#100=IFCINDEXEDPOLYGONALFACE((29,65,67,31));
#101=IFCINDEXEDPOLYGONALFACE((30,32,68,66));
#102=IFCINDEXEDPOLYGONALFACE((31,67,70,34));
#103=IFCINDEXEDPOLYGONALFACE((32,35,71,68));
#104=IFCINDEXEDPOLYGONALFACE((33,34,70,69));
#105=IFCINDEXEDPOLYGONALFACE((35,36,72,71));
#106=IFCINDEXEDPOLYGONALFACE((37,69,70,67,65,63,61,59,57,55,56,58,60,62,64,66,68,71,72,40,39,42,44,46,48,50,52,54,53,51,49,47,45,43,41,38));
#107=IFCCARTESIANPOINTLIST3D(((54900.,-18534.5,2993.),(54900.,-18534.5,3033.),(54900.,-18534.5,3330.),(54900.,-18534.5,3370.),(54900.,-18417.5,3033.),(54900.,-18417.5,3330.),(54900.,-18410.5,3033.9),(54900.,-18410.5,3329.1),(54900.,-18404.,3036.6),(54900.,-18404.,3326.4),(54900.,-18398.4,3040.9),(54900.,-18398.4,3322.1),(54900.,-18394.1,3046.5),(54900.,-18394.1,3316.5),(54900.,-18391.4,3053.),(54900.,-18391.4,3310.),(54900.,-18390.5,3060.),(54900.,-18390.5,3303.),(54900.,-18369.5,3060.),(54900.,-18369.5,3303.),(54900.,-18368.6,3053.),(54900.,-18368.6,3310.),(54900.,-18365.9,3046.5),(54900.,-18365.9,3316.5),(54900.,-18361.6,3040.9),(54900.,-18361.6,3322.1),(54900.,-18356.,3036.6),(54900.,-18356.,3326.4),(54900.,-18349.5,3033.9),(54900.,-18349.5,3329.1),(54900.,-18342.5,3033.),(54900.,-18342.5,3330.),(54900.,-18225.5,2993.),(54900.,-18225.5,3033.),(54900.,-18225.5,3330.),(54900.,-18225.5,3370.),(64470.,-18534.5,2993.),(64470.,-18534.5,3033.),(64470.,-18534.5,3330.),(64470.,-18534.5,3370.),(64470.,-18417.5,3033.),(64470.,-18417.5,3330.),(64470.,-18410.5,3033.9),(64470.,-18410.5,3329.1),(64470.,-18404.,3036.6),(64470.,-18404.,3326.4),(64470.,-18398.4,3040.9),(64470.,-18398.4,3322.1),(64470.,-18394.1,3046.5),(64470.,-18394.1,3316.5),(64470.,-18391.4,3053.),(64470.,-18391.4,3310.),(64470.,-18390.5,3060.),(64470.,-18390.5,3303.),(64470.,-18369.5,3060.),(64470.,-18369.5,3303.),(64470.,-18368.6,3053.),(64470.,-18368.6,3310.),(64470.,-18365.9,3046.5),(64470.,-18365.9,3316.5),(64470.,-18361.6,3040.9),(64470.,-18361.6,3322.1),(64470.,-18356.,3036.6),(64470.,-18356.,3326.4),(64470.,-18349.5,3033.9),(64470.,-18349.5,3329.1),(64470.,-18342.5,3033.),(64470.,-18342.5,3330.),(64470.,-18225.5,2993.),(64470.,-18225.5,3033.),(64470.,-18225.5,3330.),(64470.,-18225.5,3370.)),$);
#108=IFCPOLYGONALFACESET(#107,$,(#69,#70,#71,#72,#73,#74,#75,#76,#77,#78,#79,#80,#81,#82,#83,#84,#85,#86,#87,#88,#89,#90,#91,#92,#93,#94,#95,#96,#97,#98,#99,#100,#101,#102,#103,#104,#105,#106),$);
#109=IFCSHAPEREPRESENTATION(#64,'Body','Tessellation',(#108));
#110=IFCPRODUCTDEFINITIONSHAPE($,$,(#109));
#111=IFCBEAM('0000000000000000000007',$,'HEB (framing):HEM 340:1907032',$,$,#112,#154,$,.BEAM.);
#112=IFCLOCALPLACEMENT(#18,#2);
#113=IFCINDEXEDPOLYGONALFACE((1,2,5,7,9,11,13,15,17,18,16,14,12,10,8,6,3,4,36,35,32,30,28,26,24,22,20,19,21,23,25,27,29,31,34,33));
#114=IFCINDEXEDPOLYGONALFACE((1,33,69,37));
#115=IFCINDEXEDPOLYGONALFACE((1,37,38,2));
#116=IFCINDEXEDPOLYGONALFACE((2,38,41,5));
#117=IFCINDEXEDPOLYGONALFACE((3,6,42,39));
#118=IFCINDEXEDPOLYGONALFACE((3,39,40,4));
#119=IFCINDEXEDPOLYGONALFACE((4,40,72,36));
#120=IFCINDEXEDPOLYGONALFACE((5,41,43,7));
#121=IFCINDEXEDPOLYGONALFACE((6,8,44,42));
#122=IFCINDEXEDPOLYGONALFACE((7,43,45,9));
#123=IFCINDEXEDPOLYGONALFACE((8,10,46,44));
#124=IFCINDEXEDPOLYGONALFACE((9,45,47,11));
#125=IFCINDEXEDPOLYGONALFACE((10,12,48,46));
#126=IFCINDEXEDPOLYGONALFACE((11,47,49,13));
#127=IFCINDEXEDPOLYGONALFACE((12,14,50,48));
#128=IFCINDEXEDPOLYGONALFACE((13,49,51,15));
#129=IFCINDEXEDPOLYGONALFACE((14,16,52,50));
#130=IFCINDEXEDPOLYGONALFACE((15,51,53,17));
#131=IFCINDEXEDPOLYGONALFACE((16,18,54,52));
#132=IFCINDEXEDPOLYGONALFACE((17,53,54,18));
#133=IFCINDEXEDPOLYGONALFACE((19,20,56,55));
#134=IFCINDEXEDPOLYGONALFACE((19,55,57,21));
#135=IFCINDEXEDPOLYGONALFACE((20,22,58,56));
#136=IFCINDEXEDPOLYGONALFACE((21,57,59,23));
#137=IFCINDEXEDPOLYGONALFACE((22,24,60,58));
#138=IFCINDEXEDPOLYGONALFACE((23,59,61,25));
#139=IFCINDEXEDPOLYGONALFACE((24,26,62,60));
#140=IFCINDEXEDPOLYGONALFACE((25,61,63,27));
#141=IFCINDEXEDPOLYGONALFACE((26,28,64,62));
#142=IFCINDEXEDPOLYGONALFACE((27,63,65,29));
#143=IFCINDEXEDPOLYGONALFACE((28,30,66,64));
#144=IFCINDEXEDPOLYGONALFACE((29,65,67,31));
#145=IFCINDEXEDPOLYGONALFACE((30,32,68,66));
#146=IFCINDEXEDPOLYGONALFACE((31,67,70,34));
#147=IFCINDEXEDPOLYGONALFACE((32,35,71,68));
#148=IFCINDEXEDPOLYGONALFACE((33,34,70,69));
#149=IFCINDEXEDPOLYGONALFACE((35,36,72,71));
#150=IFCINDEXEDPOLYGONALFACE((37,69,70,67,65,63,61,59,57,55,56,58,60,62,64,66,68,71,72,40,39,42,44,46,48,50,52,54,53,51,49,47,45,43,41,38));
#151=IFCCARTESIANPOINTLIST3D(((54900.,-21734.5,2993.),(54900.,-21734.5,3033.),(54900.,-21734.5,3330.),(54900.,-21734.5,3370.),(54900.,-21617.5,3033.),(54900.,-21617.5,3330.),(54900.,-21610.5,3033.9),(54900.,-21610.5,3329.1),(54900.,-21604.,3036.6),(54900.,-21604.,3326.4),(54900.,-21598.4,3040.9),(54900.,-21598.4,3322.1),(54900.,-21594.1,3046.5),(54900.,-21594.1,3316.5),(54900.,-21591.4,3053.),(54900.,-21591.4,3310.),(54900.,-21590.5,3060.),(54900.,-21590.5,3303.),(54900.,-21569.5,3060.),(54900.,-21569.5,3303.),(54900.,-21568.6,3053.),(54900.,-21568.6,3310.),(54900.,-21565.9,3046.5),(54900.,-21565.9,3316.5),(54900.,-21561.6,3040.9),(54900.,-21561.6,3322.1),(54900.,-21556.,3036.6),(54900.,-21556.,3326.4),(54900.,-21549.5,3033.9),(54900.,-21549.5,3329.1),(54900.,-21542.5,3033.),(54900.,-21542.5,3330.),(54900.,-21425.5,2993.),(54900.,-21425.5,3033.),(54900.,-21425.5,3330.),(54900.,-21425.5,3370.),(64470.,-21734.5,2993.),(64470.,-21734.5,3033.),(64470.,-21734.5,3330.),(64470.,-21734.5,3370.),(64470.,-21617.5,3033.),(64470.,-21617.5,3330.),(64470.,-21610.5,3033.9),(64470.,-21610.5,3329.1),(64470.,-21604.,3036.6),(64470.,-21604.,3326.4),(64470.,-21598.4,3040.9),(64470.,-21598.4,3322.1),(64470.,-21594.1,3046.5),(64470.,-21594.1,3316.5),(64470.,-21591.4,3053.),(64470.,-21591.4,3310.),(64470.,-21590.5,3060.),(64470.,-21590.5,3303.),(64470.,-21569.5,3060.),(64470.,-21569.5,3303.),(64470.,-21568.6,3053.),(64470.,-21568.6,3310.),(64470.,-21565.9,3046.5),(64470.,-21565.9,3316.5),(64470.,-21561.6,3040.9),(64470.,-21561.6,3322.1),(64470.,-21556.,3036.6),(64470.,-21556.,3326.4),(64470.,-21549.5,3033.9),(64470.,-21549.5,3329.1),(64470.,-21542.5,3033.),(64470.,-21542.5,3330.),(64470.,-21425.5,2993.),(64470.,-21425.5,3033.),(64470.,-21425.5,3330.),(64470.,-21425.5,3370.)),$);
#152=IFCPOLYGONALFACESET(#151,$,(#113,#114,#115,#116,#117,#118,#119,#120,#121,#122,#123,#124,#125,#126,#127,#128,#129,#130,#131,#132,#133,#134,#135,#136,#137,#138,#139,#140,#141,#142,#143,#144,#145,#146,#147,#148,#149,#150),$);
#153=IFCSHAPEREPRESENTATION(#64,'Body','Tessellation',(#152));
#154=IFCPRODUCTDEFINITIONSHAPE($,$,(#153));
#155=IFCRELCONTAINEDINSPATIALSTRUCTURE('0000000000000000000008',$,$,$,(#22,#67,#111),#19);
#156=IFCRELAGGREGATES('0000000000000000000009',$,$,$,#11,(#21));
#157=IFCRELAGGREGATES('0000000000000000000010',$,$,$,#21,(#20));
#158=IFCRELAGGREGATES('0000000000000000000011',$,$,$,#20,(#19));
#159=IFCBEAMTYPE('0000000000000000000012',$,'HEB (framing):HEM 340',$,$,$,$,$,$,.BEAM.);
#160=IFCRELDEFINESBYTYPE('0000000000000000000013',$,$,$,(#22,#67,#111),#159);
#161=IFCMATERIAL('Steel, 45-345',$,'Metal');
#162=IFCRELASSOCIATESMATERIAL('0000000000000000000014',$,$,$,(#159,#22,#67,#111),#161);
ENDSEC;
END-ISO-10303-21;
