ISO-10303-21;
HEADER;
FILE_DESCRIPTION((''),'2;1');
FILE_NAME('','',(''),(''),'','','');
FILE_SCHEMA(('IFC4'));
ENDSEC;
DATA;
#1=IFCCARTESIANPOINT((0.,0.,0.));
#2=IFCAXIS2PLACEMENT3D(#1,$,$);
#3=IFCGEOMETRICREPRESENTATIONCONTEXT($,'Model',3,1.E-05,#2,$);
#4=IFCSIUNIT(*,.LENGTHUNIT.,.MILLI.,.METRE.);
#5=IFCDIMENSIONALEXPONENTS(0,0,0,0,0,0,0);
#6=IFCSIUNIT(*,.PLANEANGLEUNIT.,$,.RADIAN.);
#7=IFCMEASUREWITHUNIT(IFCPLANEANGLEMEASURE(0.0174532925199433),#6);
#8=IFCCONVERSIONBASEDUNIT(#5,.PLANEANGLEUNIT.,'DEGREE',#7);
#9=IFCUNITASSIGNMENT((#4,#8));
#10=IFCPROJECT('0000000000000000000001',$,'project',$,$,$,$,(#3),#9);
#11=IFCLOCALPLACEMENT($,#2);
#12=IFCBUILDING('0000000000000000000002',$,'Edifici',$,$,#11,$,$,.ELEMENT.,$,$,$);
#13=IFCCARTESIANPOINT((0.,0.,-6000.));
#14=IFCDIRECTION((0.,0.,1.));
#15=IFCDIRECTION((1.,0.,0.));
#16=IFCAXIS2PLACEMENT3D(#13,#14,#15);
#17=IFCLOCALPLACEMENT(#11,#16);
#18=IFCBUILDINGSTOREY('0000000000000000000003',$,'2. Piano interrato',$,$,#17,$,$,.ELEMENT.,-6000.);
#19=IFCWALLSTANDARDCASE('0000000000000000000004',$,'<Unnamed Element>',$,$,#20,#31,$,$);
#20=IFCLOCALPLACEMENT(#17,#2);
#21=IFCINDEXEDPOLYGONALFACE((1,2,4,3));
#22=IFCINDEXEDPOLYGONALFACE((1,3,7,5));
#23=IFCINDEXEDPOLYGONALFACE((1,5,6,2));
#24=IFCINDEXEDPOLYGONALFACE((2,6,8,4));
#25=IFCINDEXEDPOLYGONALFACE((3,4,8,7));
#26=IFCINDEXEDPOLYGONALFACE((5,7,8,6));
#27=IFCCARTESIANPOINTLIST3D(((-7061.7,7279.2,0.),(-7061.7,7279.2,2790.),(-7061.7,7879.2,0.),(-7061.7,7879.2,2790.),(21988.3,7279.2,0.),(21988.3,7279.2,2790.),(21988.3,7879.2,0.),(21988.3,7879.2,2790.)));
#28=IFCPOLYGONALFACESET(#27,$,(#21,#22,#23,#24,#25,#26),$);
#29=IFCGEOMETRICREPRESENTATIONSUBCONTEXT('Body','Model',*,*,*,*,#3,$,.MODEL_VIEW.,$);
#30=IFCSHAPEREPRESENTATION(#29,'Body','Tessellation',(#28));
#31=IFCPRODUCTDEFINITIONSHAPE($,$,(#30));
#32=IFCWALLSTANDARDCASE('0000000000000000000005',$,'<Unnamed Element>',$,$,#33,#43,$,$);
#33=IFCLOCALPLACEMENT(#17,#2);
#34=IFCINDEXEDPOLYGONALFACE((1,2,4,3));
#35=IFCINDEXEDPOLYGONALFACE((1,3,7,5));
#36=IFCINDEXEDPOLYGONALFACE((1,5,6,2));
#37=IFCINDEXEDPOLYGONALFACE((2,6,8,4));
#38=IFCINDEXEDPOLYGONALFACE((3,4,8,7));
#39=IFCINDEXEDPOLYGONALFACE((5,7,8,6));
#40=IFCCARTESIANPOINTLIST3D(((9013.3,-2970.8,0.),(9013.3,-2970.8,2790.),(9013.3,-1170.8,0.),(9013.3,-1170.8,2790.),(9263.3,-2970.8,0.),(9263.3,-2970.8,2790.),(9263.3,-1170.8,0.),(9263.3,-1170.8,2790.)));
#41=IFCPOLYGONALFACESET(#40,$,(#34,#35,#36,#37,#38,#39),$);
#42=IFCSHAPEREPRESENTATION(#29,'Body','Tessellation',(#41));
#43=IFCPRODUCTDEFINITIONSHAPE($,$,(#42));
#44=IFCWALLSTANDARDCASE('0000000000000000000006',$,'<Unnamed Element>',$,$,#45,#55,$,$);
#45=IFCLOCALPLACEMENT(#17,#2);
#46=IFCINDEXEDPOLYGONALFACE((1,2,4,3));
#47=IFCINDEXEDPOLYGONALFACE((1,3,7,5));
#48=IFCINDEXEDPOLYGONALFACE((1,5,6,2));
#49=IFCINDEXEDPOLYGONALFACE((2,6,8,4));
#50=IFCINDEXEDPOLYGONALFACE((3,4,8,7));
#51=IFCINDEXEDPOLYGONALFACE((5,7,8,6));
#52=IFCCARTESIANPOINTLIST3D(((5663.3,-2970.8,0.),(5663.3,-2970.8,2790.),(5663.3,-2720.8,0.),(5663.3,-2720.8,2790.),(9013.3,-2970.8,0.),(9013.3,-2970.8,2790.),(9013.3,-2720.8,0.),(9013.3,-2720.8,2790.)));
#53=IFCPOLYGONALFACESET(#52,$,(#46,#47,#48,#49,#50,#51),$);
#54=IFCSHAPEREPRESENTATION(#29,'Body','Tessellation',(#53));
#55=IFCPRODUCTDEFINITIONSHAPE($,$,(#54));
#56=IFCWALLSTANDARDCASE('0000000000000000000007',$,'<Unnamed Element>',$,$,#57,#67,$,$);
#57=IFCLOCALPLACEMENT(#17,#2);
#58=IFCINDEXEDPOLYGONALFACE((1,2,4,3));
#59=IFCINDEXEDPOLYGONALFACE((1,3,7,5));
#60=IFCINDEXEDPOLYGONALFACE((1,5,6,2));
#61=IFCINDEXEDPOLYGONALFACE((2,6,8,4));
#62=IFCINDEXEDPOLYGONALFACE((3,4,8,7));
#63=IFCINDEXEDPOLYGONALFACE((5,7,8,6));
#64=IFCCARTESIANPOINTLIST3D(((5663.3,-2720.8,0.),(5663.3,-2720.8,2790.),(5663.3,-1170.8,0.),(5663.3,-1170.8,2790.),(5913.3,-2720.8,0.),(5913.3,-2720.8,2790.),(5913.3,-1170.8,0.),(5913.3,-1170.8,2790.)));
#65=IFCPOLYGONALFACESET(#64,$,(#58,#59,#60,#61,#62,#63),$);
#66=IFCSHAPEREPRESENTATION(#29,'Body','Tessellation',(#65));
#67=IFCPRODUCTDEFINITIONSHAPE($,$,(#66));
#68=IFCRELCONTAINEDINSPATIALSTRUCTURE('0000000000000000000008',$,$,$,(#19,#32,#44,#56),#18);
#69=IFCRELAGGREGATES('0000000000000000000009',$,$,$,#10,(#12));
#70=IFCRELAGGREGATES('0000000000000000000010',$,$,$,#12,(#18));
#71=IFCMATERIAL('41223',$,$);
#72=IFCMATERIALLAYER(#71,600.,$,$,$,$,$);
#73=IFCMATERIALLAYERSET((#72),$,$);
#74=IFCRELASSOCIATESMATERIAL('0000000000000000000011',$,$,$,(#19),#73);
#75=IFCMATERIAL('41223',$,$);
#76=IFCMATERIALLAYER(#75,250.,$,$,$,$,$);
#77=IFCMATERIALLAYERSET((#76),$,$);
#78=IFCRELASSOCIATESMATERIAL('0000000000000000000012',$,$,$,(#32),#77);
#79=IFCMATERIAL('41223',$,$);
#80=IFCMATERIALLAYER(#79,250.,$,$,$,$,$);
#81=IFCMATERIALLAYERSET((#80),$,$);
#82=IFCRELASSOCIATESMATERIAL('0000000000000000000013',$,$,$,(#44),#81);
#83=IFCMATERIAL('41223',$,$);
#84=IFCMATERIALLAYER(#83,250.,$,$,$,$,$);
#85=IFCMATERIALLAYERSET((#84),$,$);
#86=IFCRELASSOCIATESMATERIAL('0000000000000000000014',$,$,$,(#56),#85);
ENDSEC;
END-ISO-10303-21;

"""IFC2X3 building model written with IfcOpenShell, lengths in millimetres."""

from ifc_helpers import new_model, entity, si_unit, converted_unit, frame, frame_2d, origin, origin_with_axes, place, context, subcontext, project, spatial, rectangle, extrude, material, layer, layer_set, layer_usage, element, save


model = new_model("IFC2X3")

# Units and contexts
model_context = context("Model", 3, precision=1e-05, world=origin())
body_context = subcontext(model_context, "Body", "Model", "MODEL_VIEW")
ifc_project = project(units=[si_unit("LENGTHUNIT", "METRE", prefix="MILLI"), converted_unit("PLANEANGLEUNIT", "DEGREE", entity("IfcPlaneAngleMeasure", 0.0174532925199433), si_unit("PLANEANGLEUNIT", "RADIAN"), dimensions=[0, 0, 0, 0, 0, 0, 0])], contexts=[model_context])

# Building, storey
building_placement = place(None, origin())
building = spatial("IfcBuilding", under=ifc_project, at=building_placement, Name="Edifici", CompositionType="ELEMENT")
storey_placement = place(building_placement, frame((0.0, 0.0, -6000.0), z_axis=(0.0, 0.0, 1.0), x_axis=(1.0, 0.0, 0.0)))
storey = spatial("IfcBuildingStorey", under=building, at=storey_placement, Name="2. Piano interrato", CompositionType="ELEMENT", Elevation=-6000.0)

# Walls
ifc_material_1 = material(Name="41223")
ifc_layer_1 = layer(ifc_material_1, 600.0)
ifc_layer_set_1 = layer_set([ifc_layer_1])
ifc_layer_usage_1 = layer_usage(ifc_layer_set_1, "AXIS2", "POSITIVE", 0.0)
wall_1_placement = place(storey_placement, frame((21988.3, 7879.2, 0.0), z_axis=(0.0, 0.0, 1.0), x_axis=(-1.0, 0.0, 0.0)))
element("IfcWallStandardCase", 1, at=wall_1_placement, inside=storey, material=ifc_layer_usage_1, Name="<Unnamed Element>", context=body_context, shape_type="SweptSolid", body=[
    extrude(rectangle(XDim=29050.0, YDim=600.0, at=frame_2d((14525.0, 300.0), x_axis=(1.0, 0.0))), origin_with_axes(), (0.0, 0.0, 1.0), 2790.0),
])
ifc_material_2 = material(Name="41223")
ifc_layer_2 = layer(ifc_material_2, 250.0)
ifc_layer_set_2 = layer_set([ifc_layer_2])
ifc_layer_usage_2 = layer_usage(ifc_layer_set_2, "AXIS2", "POSITIVE", 0.0)
wall_2_placement = place(storey_placement, frame((9263.3, -2970.8, 0.0), z_axis=(0.0, 0.0, 1.0), x_axis=(0.0, 1.0, 0.0)))
element("IfcWallStandardCase", 2, at=wall_2_placement, inside=storey, material=ifc_layer_usage_2, Name="<Unnamed Element>", context=body_context, shape_type="SweptSolid", body=[
    extrude(rectangle(XDim=1800.0, YDim=250.0, at=frame_2d((900.0, 125.0), x_axis=(1.0, 0.0))), origin_with_axes(), (0.0, 0.0, 1.0), 2790.0),
])
ifc_material_3 = material(Name="41223")
ifc_layer_3 = layer(ifc_material_3, 250.0)
ifc_layer_set_3 = layer_set([ifc_layer_3])
ifc_layer_usage_3 = layer_usage(ifc_layer_set_3, "AXIS2", "POSITIVE", 0.0)
wall_3_placement = place(storey_placement, frame((5663.3, -2970.8, 0.0), z_axis=(0.0, 0.0, 1.0), x_axis=(1.0, 0.0, 0.0)))
element("IfcWallStandardCase", 3, at=wall_3_placement, inside=storey, material=ifc_layer_usage_3, Name="<Unnamed Element>", context=body_context, shape_type="SweptSolid", body=[
    extrude(rectangle(XDim=3350.0, YDim=250.0, at=frame_2d((1675.0, 125.0), x_axis=(1.0, 0.0))), origin_with_axes(), (0.0, 0.0, 1.0), 2790.0),
])
ifc_material_4 = material(Name="41223")
ifc_layer_4 = layer(ifc_material_4, 250.0)
ifc_layer_set_4 = layer_set([ifc_layer_4])
ifc_layer_usage_4 = layer_usage(ifc_layer_set_4, "AXIS2", "POSITIVE", 0.0)
wall_4_placement = place(storey_placement, frame((5663.3, -1170.8, 0.0), z_axis=(0.0, 0.0, 1.0), x_axis=(0.0, -1.0, 0.0)))
element("IfcWallStandardCase", 4, at=wall_4_placement, inside=storey, material=ifc_layer_usage_4, Name="<Unnamed Element>", context=body_context, shape_type="SweptSolid", body=[
    extrude(rectangle(XDim=1550.0, YDim=250.0, at=frame_2d((775.0, 125.0), x_axis=(1.0, 0.0))), origin_with_axes(), (0.0, 0.0, 1.0), 2790.0),
])

save(model, "model.ifc")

Exercise:
Spot every line in the entries that includes the word "IFCDIRECTION", and copy each one out.

Task result:
#14=IFCDIRECTION((0.,0.,1.));
#15=IFCDIRECTION((1.,0.,0.));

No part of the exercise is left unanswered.